Ja, die vreemdeling die Wageningen binnenkomt – dáár zouden we eens een prijsvraag over moeten maken, een opstelwedstrijd “Wageningen door de ogen van de ander”! “Vreemde ogen dwingen”, zeggen ze, welnu, laat ze ons maar eens een spiegel voorhouden. Die vreemdeling dus, ontzettend rijk of met vreselijk zin in koffie, een opleiding of cultuur, of met een zere kies, die nadert dus onze lieve stad en er is niemand die het woord tot hem richt. Vanuit Renkum heeft ie bij de ingang van de stad voor het stoplicht kunnen mijmeren over de vergankelijkheid der dingen, treffend uitgebeeld door die permanente ruïne van Kirpestein, en als ie dan met z’n auto verder sukkelt in een golf van onbekende kleur is rechts het busstation en links een sombere rij flats en winkels uit de jaren ’60. Dat is de wederopbouwtijd, toen er vooral snel en meestal lelijk moest worden gebouwd. Die vier blokken flats doen mij altijd denken aan nachtportiers die ongewenste klanten weren, ofwel, in dat prachtige Vlaams, ‘buitenwippers’. Dát zijn het, buitenwippers! Ook hier niets of niemand met een aanmoediging om die buitenwippers te trotseren en bijna tegen beter weten in op zoek te gaan naar iets aardigs.
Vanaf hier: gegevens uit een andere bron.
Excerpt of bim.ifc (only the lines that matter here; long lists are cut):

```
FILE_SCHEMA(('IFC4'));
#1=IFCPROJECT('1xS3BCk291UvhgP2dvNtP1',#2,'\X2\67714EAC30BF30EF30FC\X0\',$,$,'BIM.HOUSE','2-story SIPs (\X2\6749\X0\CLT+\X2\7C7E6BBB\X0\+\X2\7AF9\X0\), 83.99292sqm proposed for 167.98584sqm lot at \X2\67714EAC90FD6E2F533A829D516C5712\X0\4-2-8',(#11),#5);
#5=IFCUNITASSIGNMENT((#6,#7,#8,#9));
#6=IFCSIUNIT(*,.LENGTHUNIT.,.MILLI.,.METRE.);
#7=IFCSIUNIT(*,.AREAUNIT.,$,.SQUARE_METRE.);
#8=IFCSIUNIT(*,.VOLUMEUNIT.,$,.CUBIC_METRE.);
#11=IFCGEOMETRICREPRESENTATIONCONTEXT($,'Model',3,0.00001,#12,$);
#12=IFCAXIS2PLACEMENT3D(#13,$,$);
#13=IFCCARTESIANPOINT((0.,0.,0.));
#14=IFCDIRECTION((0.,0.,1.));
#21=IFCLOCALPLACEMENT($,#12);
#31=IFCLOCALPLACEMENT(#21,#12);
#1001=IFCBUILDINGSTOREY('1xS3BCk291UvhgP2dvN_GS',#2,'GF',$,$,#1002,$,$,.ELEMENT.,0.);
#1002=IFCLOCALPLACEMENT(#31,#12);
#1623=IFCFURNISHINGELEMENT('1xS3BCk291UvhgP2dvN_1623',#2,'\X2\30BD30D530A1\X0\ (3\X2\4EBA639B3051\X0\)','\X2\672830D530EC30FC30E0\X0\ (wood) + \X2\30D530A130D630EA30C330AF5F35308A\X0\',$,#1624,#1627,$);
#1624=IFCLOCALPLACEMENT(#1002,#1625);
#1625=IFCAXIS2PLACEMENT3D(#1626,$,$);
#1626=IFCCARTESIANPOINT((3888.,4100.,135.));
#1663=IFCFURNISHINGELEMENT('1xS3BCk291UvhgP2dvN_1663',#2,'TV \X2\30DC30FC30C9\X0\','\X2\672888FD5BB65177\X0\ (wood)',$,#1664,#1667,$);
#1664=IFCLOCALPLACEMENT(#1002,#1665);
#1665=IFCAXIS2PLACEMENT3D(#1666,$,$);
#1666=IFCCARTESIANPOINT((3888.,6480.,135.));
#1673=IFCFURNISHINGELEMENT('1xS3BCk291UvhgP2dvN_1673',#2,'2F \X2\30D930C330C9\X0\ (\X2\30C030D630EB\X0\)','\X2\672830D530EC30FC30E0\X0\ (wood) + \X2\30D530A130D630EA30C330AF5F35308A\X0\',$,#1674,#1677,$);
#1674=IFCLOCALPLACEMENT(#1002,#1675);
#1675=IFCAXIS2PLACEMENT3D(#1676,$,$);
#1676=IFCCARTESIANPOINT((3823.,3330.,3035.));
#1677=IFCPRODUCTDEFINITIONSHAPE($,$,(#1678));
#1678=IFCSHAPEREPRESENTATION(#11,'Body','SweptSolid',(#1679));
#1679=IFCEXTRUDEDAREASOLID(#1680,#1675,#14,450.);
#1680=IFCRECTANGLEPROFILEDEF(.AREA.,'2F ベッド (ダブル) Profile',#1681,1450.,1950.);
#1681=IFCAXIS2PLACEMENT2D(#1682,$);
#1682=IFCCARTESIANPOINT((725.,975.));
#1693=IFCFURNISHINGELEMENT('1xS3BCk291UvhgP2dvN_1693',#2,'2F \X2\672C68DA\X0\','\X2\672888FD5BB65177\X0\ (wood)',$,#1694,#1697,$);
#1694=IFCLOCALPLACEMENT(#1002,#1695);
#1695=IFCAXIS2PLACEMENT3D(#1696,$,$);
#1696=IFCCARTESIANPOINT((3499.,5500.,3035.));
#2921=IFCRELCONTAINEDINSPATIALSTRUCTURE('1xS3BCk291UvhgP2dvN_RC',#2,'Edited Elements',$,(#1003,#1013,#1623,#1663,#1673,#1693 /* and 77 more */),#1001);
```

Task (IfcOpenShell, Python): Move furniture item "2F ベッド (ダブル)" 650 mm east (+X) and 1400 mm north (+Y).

```python
import ifcopenshell
import ifcopenshell.api.geometry
import ifcopenshell.util.placement

model = ifcopenshell.open("bim.ifc")

item = model.by_guid("1xS3BCk291UvhgP2dvN_1673")
matrix = ifcopenshell.util.placement.get_local_placement(item.ObjectPlacement)
matrix[0, 3] += 650.0
matrix[1, 3] += 1400.0
ifcopenshell.api.geometry.edit_object_placement(model, product=item, matrix=matrix, is_si=False)

print(ifcopenshell.util.placement.get_local_placement(item.ObjectPlacement).round(3) + 0.0)

model.write("bim_updated.ifc")
```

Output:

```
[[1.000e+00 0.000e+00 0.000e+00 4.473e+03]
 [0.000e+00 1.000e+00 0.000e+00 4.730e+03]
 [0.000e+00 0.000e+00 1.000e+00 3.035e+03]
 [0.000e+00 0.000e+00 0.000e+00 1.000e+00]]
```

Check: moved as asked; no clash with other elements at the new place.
Kwam je van de andere kant, uit Rhenen, dan heb je eerst heel landelijk langs de rand van het Binnenveld gereden, daarna ben je over die mooie Lawickse Allee Wageningen binnengekomen. En daar had je bijna, bijna onze stadsgracht kunnen zien, hij ligt daar maar een paar meter van de N225 af. Oh wat zijn we zijn trots op onze gracht! We onttrekken hem op het punt waar de meeste mensen langskomen aan het oog door hem te laten dichtgroeien met struiken, bomen, muurtjes en geparkeerde auto’s. Hoezo ‘Vestingstad Wageningen’, en wat valt er eigenlijk te proeven aan die stad? De hoogste tijd dus, voor die opstelwedstrijd “Wageningen door de ogen van anderen”! Doet pijn, maar het doel is goed!
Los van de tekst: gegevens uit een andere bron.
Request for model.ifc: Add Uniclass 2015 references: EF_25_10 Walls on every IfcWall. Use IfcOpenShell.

First a look at what the model holds.

```python
import ifcopenshell

model = ifcopenshell.open("model.ifc")
print(model.schema)
print("classifications:", [c.Name for c in model.by_type("IfcClassification")])
for ifc_class in ("IfcDoor", "IfcRoof", "IfcStair", "IfcWall", "IfcWindow"):
    print(ifc_class, len(model.by_type(ifc_class)))
```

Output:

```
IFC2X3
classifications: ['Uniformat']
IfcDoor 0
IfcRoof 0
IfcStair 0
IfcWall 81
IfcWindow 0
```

```python
import ifcopenshell
import ifcopenshell.api.classification

model = ifcopenshell.open("model.ifc")

# IFC2X3 requires Source and Edition and has no link from the project to the system.
system = model.create_entity("IfcClassification", Source="NBS", Edition="2015", Name="Uniclass 2015")

codes = {
    "IfcWall": ("EF_25_10", "Walls"),
}
for ifc_class, (code, name) in codes.items():
    products = model.by_type(ifc_class)
    ifcopenshell.api.classification.add_reference(
        model, products=products, classification=system, identification=code, name=name
    )
    print(code, len(products))

model.write("model_edited.ifc")
```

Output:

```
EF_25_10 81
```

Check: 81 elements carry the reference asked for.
Tot zover mijn column uit 2010. Om het belang van die objectieve waarneming te onderstrepen sluit ik af met een toepasselijk gedicht Huur geen vriend uit die jubileumbundel De keuken van Rijn IJssel waarvoor ik, zoals gezegd, een aantal gedichten heb geschreven:
Huur geen vriend
Huur geen vriend.
Vraag een vreemde,
neem de duivels advocaat.
Laat een lamme, blinde, verlegene
een patser, een chef, een vrouw van de wereld
jou zoeken, jou vinden, betreden,
beproeven tot óver het randje.
Hef dan met hen het glas,
omarm ze,
en pers ze uit.
De ervaring van je gast is het goud van je toekomst.